▸ WORK ITEM: What is needed is an exact retyping of the records below, from the first line through the line that contains "#89=IFCINDEXEDPOLYGONALFACE((1,4,6,2));".

(Saved data entries)
*** Begin section ***

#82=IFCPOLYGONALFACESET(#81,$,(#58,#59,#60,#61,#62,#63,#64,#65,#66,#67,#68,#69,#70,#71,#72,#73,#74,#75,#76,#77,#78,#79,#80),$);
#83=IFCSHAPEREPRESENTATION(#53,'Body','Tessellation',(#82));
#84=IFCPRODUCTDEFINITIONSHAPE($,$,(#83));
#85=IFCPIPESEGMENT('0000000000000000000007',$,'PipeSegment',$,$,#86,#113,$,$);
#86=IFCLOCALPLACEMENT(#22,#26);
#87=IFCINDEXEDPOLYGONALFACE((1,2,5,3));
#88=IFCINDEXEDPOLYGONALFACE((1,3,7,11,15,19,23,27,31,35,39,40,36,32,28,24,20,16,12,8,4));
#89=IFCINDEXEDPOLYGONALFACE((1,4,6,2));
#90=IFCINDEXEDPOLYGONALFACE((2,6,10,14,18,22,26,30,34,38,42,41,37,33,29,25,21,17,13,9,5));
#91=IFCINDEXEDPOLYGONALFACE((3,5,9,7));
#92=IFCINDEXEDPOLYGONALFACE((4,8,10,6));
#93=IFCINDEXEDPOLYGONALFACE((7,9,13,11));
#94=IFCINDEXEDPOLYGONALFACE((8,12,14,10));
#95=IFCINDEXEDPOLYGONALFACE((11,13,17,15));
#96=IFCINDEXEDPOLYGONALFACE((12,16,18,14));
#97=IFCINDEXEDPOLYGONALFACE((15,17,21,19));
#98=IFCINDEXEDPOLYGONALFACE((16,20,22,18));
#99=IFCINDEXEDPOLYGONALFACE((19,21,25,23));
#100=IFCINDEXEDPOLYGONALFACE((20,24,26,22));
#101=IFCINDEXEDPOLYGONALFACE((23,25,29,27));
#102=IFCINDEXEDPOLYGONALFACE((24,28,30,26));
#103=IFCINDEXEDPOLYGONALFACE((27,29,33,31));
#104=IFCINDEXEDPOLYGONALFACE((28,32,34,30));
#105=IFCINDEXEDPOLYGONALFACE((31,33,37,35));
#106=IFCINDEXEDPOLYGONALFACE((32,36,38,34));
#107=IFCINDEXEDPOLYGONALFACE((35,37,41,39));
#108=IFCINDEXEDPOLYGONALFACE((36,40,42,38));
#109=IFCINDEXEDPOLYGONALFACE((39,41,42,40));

*** End section ***

▸ COMPLETED EXERCISE:
#82=IFCPOLYGONALFACESET(#81,$,(#58,#59,#60,#61,#62,#63,#64,#65,#66,#67,#68,#69,#70,#71,#72,#73,#74,#75,#76,#77,#78,#79,#80),$);
#83=IFCSHAPEREPRESENTATION(#53,'Body','Tessellation',(#82));
#84=IFCPRODUCTDEFINITIONSHAPE($,$,(#83));
#85=IFCPIPESEGMENT('0000000000000000000007',$,'PipeSegment',$,$,#86,#113,$,$);
#86=IFCLOCALPLACEMENT(#22,#26);
#87=IFCINDEXEDPOLYGONALFACE((1,2,5,3));
#88=IFCINDEXEDPOLYGONALFACE((1,3,7,11,15,19,23,27,31,35,39,40,36,32,28,24,20,16,12,8,4));
#89=IFCINDEXEDPOLYGONALFACE((1,4,6,2));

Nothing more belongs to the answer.